DATASET ENTRIES Block Start

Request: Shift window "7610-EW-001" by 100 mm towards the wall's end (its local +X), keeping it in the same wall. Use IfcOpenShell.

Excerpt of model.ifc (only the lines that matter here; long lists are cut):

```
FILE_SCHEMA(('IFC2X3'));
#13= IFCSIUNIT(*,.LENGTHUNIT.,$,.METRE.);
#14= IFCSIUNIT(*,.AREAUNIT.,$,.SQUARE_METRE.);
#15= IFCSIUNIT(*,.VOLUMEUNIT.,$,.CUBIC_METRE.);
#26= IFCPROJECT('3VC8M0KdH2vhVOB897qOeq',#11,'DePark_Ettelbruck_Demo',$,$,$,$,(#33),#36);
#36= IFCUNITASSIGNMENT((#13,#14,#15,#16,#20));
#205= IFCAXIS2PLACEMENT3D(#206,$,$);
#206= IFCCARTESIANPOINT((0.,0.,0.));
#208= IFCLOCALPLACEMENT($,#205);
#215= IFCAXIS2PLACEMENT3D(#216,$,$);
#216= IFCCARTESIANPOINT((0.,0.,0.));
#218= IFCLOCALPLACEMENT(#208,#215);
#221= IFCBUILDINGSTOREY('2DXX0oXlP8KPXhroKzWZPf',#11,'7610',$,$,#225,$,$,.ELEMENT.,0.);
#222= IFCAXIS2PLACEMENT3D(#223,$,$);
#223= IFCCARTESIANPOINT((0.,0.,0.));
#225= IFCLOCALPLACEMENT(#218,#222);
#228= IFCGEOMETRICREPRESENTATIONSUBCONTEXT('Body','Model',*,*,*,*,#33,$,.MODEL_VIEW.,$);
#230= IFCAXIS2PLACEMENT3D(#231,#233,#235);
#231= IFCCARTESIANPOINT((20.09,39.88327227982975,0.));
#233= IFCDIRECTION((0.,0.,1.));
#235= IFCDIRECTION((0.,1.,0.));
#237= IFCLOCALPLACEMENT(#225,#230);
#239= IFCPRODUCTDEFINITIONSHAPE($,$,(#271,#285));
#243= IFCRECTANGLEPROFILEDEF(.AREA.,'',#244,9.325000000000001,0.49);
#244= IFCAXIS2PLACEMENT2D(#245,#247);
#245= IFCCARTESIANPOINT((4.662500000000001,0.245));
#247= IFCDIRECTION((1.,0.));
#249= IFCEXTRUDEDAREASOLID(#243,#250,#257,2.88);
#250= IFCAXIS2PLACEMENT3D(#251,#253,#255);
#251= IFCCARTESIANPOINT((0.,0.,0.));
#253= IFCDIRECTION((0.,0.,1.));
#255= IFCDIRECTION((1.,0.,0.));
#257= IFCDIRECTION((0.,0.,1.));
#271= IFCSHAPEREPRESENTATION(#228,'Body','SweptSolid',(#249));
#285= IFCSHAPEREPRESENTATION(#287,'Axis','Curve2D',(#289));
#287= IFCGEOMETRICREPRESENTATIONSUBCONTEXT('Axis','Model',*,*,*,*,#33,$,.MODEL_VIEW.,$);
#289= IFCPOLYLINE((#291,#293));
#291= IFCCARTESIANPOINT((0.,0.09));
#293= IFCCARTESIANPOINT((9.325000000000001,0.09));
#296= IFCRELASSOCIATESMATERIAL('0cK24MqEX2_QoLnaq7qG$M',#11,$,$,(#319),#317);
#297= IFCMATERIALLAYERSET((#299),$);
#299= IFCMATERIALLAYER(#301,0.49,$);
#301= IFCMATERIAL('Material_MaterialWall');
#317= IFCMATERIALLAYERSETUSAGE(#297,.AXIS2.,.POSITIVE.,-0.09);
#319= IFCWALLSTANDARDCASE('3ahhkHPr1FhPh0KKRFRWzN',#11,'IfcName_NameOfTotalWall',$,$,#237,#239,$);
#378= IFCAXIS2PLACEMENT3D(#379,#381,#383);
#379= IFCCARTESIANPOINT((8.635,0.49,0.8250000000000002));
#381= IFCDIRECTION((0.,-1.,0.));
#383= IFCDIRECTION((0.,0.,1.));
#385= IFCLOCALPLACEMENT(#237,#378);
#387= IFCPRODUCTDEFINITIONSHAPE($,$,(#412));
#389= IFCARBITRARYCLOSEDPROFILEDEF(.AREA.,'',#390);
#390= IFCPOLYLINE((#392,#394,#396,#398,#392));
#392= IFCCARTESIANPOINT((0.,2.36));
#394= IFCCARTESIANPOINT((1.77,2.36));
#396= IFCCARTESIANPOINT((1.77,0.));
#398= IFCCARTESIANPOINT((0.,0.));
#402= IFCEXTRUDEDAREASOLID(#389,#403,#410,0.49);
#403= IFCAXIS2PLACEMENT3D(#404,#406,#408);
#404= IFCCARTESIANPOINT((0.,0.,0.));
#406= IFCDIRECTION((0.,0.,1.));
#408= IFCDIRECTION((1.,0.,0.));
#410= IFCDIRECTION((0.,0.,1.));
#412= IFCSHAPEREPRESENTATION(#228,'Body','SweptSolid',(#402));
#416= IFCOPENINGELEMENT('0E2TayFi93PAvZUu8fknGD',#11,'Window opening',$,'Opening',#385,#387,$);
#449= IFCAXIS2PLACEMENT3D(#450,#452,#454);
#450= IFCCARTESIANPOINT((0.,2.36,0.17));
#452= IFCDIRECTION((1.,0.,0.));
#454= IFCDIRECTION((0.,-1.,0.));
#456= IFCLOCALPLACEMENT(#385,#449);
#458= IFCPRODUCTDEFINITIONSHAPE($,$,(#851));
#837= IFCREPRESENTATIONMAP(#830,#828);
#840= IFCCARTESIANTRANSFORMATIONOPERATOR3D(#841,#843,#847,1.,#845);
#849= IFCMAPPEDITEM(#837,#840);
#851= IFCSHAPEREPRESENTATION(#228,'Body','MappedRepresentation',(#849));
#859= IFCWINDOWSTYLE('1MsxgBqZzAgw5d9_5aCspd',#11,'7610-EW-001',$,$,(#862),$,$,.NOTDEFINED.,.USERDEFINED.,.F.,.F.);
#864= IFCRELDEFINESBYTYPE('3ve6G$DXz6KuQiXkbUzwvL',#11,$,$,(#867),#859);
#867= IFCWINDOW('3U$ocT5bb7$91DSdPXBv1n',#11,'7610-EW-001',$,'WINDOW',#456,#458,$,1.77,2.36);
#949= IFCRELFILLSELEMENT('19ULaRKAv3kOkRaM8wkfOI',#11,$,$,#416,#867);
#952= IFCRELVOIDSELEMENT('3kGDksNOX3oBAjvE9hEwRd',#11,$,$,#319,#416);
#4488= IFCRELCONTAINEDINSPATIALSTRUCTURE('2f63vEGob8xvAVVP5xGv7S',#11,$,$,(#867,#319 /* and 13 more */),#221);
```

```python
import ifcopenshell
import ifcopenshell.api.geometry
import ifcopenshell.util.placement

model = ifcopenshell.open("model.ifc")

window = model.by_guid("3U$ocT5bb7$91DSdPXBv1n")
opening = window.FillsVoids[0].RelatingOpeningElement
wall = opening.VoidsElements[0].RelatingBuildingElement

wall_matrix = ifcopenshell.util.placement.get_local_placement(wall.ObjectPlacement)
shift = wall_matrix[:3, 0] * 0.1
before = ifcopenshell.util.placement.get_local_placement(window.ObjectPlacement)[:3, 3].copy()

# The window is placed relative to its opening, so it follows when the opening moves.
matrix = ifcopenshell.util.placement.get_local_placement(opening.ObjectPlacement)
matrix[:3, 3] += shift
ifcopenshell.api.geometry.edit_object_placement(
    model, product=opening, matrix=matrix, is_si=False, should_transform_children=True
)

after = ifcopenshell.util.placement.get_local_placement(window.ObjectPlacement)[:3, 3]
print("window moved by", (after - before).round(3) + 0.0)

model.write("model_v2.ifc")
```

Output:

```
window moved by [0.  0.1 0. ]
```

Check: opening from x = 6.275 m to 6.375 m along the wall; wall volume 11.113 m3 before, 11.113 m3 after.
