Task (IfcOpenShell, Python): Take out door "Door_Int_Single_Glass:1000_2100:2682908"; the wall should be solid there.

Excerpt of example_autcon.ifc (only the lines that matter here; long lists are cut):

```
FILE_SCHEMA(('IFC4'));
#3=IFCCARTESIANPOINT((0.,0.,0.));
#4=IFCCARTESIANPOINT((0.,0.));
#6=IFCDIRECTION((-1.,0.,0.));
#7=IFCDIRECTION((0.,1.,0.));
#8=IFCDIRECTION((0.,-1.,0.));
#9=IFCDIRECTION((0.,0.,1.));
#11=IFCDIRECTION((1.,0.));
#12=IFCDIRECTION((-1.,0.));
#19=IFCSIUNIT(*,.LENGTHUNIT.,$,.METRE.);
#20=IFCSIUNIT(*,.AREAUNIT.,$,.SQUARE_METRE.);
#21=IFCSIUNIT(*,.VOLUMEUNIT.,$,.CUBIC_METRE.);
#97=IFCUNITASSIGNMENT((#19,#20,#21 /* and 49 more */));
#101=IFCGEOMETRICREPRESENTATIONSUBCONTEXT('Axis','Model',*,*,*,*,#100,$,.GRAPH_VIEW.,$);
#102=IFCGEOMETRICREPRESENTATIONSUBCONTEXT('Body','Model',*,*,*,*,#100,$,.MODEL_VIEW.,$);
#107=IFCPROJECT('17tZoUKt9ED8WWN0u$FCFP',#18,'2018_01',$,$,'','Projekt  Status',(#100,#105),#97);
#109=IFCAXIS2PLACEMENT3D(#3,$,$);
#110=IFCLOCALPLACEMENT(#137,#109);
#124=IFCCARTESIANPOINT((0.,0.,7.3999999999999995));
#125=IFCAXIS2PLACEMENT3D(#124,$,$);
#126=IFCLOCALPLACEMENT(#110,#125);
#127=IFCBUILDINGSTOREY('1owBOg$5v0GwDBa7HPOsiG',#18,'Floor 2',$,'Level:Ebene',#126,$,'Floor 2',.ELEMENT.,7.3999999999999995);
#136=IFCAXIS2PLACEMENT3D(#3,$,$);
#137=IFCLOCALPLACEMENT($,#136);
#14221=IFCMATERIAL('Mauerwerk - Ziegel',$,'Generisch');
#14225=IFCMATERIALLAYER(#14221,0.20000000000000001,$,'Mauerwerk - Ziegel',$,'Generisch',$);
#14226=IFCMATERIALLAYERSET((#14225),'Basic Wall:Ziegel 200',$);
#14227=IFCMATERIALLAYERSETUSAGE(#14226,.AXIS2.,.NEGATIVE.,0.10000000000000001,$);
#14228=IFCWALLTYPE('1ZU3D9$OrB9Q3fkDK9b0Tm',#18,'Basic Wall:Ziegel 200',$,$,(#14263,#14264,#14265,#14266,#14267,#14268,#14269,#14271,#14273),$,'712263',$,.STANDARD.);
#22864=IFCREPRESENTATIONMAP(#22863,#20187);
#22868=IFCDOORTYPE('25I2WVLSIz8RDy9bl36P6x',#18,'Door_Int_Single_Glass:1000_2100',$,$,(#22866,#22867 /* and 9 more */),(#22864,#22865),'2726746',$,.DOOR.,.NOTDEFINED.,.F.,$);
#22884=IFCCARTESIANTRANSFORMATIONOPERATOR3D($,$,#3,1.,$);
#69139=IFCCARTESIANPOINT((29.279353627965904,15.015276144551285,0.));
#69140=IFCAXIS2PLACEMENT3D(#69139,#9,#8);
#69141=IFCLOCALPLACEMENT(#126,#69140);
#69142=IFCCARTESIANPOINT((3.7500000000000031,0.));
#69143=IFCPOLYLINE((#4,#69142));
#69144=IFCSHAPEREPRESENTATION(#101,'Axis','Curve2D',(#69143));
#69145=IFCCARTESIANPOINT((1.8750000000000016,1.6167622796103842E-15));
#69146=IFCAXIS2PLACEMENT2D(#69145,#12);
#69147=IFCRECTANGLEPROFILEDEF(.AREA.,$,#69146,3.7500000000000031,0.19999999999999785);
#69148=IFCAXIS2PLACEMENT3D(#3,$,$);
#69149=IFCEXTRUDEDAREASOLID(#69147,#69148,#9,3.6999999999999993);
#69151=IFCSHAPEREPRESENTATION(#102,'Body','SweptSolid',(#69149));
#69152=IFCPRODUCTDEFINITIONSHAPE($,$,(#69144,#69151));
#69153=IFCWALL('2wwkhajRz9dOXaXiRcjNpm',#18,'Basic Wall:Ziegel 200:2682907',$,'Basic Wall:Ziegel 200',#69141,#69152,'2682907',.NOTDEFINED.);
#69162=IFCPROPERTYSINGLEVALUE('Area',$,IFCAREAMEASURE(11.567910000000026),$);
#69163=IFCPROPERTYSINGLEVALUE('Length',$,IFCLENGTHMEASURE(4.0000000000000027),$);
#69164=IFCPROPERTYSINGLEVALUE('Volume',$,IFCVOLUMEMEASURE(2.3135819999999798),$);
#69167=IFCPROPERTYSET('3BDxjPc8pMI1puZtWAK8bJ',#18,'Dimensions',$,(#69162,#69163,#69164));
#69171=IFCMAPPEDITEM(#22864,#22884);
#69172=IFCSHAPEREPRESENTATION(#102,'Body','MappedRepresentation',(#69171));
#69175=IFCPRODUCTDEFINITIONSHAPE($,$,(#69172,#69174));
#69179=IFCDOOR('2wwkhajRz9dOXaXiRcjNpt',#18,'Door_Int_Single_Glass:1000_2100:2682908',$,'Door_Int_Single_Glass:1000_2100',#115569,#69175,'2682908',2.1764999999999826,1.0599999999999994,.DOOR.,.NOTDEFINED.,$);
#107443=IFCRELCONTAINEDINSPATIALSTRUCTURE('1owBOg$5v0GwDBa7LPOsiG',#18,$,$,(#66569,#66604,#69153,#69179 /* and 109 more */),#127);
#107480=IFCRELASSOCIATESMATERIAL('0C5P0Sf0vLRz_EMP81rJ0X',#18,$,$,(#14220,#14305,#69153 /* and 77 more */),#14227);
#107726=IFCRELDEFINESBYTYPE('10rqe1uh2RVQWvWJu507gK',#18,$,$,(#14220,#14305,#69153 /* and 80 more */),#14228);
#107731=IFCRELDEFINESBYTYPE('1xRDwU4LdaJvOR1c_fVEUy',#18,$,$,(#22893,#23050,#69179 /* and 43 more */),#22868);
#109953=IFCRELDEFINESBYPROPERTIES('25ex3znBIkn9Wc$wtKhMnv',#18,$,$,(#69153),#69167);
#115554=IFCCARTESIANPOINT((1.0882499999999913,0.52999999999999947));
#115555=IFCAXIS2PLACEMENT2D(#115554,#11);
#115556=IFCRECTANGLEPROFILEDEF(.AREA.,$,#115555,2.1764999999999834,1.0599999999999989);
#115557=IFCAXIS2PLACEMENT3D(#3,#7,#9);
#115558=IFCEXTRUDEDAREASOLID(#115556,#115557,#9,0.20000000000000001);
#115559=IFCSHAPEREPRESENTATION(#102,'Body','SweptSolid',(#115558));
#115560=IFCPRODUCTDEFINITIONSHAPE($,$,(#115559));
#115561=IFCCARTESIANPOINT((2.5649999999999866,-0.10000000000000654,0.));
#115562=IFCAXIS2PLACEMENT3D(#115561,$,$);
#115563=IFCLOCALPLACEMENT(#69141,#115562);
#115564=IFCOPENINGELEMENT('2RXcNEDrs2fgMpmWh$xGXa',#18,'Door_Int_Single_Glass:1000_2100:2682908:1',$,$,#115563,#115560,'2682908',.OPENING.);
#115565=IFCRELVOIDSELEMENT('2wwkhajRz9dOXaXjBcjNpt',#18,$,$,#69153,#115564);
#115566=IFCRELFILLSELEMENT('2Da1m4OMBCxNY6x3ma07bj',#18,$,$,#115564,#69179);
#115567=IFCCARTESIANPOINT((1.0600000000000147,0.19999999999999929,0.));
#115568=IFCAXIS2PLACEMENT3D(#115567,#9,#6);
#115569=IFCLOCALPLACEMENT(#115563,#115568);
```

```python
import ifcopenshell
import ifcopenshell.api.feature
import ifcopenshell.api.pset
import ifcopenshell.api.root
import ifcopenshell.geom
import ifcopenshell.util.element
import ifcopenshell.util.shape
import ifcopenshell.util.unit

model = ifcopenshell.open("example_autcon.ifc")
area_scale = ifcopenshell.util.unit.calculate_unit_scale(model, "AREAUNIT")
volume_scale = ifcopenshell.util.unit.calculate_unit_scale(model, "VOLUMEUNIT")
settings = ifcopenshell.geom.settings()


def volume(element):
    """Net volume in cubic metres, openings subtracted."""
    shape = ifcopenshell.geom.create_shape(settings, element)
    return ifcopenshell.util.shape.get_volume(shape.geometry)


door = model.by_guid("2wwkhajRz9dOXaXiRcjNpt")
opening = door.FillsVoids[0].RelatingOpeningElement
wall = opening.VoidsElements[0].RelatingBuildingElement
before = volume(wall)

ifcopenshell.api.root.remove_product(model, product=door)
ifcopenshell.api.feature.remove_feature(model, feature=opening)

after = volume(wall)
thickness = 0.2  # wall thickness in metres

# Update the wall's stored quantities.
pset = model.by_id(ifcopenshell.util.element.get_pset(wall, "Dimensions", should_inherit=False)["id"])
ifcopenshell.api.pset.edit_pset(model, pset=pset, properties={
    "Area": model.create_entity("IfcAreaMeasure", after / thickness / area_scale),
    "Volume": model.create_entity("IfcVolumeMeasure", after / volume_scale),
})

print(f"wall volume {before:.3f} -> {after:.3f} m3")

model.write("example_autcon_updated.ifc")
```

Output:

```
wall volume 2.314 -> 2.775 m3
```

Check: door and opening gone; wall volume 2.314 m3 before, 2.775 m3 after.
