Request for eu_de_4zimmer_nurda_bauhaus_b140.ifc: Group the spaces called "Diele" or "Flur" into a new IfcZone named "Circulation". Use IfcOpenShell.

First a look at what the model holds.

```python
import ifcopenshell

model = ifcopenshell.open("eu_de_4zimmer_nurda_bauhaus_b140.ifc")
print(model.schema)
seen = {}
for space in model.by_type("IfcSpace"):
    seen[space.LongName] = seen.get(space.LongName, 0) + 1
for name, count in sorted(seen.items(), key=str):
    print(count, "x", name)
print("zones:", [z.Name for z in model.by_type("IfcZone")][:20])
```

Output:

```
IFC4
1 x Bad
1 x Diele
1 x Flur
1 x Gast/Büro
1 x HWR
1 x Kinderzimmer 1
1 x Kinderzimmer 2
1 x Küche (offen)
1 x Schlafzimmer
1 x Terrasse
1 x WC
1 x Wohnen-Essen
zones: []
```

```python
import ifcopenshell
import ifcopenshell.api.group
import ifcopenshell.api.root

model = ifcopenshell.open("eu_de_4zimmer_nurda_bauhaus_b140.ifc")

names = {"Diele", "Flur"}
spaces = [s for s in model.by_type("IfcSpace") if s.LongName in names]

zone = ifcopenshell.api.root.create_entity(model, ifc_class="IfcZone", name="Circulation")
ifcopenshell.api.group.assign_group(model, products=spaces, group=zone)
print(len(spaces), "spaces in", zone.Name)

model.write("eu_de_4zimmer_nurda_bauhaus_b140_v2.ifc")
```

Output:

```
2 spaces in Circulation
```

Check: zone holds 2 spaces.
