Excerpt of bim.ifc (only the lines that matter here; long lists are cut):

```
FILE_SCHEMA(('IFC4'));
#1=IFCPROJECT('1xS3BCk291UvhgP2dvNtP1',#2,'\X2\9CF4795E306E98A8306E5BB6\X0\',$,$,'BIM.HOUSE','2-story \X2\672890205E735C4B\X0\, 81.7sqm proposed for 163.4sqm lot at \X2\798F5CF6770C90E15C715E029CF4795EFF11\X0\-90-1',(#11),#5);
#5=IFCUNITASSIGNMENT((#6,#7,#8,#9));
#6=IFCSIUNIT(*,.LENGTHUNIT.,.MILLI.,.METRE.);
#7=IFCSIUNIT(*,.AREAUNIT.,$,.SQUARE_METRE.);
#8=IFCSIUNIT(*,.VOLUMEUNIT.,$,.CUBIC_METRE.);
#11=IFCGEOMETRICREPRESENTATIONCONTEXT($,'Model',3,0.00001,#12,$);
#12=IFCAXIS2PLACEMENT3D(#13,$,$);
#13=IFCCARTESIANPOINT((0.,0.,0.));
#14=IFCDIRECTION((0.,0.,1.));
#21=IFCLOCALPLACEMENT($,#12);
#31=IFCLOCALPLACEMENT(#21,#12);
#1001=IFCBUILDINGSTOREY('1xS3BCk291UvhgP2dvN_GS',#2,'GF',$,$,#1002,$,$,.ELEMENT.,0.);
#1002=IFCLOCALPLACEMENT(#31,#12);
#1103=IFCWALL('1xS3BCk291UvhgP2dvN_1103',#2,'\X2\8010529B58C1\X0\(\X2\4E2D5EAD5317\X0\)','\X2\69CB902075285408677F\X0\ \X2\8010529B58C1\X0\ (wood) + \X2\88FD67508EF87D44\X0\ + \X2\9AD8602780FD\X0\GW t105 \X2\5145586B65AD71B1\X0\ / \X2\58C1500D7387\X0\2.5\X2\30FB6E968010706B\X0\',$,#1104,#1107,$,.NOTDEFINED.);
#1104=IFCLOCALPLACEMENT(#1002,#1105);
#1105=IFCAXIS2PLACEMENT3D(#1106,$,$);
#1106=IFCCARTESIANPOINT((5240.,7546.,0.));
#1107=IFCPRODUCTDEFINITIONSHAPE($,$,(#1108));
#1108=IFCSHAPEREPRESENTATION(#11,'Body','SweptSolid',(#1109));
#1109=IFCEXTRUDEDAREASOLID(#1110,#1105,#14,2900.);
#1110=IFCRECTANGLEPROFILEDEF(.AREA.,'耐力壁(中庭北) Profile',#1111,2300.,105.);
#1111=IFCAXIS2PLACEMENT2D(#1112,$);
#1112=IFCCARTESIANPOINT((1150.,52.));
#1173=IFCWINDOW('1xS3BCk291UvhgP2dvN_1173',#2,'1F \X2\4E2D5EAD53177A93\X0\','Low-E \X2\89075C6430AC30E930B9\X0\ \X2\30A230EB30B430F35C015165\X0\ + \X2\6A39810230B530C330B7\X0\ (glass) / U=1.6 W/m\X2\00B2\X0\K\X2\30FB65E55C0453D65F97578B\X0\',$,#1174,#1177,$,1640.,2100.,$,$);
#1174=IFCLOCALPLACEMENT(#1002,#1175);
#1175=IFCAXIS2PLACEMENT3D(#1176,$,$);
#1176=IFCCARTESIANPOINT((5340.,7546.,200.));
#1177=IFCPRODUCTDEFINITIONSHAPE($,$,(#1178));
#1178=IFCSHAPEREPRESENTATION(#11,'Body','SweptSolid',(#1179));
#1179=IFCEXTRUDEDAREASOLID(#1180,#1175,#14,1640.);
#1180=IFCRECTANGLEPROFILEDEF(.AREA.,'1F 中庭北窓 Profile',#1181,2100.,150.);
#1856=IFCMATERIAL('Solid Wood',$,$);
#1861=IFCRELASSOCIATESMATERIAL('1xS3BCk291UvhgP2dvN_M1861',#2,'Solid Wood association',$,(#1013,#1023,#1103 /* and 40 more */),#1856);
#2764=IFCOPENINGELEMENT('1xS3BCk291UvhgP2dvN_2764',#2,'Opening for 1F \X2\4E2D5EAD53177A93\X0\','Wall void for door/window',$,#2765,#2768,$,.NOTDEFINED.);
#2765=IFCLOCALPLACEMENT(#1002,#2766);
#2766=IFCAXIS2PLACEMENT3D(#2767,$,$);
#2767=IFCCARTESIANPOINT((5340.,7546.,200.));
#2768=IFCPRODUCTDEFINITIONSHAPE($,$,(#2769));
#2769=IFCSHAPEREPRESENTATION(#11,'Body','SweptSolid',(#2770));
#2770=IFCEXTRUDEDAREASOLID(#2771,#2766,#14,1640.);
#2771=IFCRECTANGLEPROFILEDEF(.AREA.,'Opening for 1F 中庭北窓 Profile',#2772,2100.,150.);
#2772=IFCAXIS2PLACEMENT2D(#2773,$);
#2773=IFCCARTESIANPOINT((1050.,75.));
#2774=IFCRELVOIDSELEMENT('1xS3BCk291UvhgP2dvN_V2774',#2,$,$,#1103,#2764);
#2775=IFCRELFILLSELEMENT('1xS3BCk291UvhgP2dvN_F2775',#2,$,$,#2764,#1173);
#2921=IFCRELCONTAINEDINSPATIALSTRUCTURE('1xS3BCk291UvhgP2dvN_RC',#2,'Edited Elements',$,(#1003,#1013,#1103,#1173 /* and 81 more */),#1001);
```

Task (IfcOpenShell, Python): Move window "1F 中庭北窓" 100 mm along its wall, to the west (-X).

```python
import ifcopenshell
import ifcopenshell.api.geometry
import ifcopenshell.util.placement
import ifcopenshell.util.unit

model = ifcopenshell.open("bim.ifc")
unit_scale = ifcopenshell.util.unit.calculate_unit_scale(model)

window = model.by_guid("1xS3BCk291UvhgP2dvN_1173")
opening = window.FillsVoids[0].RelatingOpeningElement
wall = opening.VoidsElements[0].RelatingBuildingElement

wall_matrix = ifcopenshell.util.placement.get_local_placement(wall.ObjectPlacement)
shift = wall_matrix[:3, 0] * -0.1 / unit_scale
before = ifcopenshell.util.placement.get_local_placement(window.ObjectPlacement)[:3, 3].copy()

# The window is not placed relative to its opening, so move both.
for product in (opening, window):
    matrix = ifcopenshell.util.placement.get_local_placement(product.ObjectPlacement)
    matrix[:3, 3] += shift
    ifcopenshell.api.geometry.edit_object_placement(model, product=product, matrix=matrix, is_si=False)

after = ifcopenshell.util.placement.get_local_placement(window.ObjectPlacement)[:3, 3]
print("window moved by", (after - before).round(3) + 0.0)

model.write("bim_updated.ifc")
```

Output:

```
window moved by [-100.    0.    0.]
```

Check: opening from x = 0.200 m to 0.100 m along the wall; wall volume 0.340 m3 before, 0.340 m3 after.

DATASET ENTRIES Block End

[WORK TASK]: Go through the data above and return each line containing the string "IFCPRODUCTDEFINITIONSHAPE".

[YOUR RESPONSE]:
#239= IFCPRODUCTDEFINITIONSHAPE($,$,(#271,#285));
#387= IFCPRODUCTDEFINITIONSHAPE($,$,(#412));
#458= IFCPRODUCTDEFINITIONSHAPE($,$,(#851));
#69152=IFCPRODUCTDEFINITIONSHAPE($,$,(#69144,#69151));
#69175=IFCPRODUCTDEFINITIONSHAPE($,$,(#69172,#69174));
#115560=IFCPRODUCTDEFINITIONSHAPE($,$,(#115559));
#1107=IFCPRODUCTDEFINITIONSHAPE($,$,(#1108));
#1177=IFCPRODUCTDEFINITIONSHAPE($,$,(#1178));
#2768=IFCPRODUCTDEFINITIONSHAPE($,$,(#2769));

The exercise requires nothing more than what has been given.